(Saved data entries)

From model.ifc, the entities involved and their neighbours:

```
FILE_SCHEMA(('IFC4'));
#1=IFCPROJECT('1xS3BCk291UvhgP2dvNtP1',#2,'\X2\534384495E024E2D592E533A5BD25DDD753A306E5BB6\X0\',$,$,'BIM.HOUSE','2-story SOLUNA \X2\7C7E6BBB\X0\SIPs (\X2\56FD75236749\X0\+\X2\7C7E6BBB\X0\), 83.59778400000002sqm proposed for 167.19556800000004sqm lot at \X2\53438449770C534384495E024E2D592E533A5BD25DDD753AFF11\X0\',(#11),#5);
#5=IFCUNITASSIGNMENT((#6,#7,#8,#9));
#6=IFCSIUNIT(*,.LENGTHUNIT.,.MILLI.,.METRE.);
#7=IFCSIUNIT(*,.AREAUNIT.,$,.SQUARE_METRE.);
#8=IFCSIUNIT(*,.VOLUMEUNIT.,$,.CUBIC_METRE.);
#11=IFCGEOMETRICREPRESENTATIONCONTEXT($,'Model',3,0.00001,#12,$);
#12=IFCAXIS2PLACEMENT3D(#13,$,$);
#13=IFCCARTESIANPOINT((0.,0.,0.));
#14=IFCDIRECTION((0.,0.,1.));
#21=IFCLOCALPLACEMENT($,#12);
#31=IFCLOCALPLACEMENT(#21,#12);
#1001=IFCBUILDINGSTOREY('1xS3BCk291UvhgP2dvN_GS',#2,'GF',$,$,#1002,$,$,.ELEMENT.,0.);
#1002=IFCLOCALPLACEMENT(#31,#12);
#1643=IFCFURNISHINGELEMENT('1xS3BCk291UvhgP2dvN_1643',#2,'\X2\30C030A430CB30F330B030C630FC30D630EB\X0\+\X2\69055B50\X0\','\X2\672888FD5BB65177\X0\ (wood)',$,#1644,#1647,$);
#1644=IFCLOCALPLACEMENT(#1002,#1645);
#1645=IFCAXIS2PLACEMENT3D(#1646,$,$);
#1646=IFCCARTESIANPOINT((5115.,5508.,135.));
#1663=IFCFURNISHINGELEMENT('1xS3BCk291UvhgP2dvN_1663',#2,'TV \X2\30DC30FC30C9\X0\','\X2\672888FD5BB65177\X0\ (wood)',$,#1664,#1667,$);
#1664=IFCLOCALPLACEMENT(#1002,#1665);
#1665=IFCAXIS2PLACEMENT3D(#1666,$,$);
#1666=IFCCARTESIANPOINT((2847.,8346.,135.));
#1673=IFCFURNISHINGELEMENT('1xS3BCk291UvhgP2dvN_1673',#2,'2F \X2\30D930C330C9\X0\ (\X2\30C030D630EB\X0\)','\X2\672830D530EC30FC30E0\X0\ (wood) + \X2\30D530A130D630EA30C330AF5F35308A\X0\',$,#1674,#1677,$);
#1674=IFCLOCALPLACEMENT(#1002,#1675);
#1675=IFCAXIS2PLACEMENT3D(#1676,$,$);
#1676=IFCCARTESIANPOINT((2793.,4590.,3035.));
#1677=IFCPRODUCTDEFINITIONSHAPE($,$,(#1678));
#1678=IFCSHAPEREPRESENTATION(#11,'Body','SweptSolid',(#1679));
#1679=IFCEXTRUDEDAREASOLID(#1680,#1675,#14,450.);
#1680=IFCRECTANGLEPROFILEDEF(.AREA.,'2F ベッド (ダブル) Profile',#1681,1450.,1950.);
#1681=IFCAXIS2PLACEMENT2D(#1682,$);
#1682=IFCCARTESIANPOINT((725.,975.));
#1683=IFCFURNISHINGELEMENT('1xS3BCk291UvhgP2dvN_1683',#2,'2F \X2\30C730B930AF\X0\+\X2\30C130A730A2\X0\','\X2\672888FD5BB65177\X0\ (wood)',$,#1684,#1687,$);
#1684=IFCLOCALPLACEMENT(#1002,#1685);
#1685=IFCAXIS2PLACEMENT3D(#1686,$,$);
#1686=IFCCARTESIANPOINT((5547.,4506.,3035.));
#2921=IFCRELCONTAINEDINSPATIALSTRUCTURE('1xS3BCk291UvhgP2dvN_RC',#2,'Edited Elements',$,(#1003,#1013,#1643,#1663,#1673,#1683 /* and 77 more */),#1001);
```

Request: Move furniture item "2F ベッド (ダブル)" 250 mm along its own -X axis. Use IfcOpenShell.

```python
import ifcopenshell
import ifcopenshell.api.geometry
import ifcopenshell.util.placement

model = ifcopenshell.open("model.ifc")

item = model.by_id(1673)
matrix = ifcopenshell.util.placement.get_local_placement(item.ObjectPlacement)
matrix[:3, 3] -= matrix[:3, 0] * 250.0
ifcopenshell.api.geometry.edit_object_placement(model, product=item, matrix=matrix, is_si=False)

print(ifcopenshell.util.placement.get_local_placement(item.ObjectPlacement).round(3) + 0.0)

model.write("model_rev.ifc")
```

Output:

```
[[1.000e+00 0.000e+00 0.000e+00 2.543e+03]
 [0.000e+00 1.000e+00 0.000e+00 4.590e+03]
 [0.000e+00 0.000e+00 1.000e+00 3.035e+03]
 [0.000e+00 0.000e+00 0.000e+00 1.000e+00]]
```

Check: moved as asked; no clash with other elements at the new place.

_Task instructions_
The answer must be a single number: how many lines above contain "IFCSIUNIT".

_Answer box_
3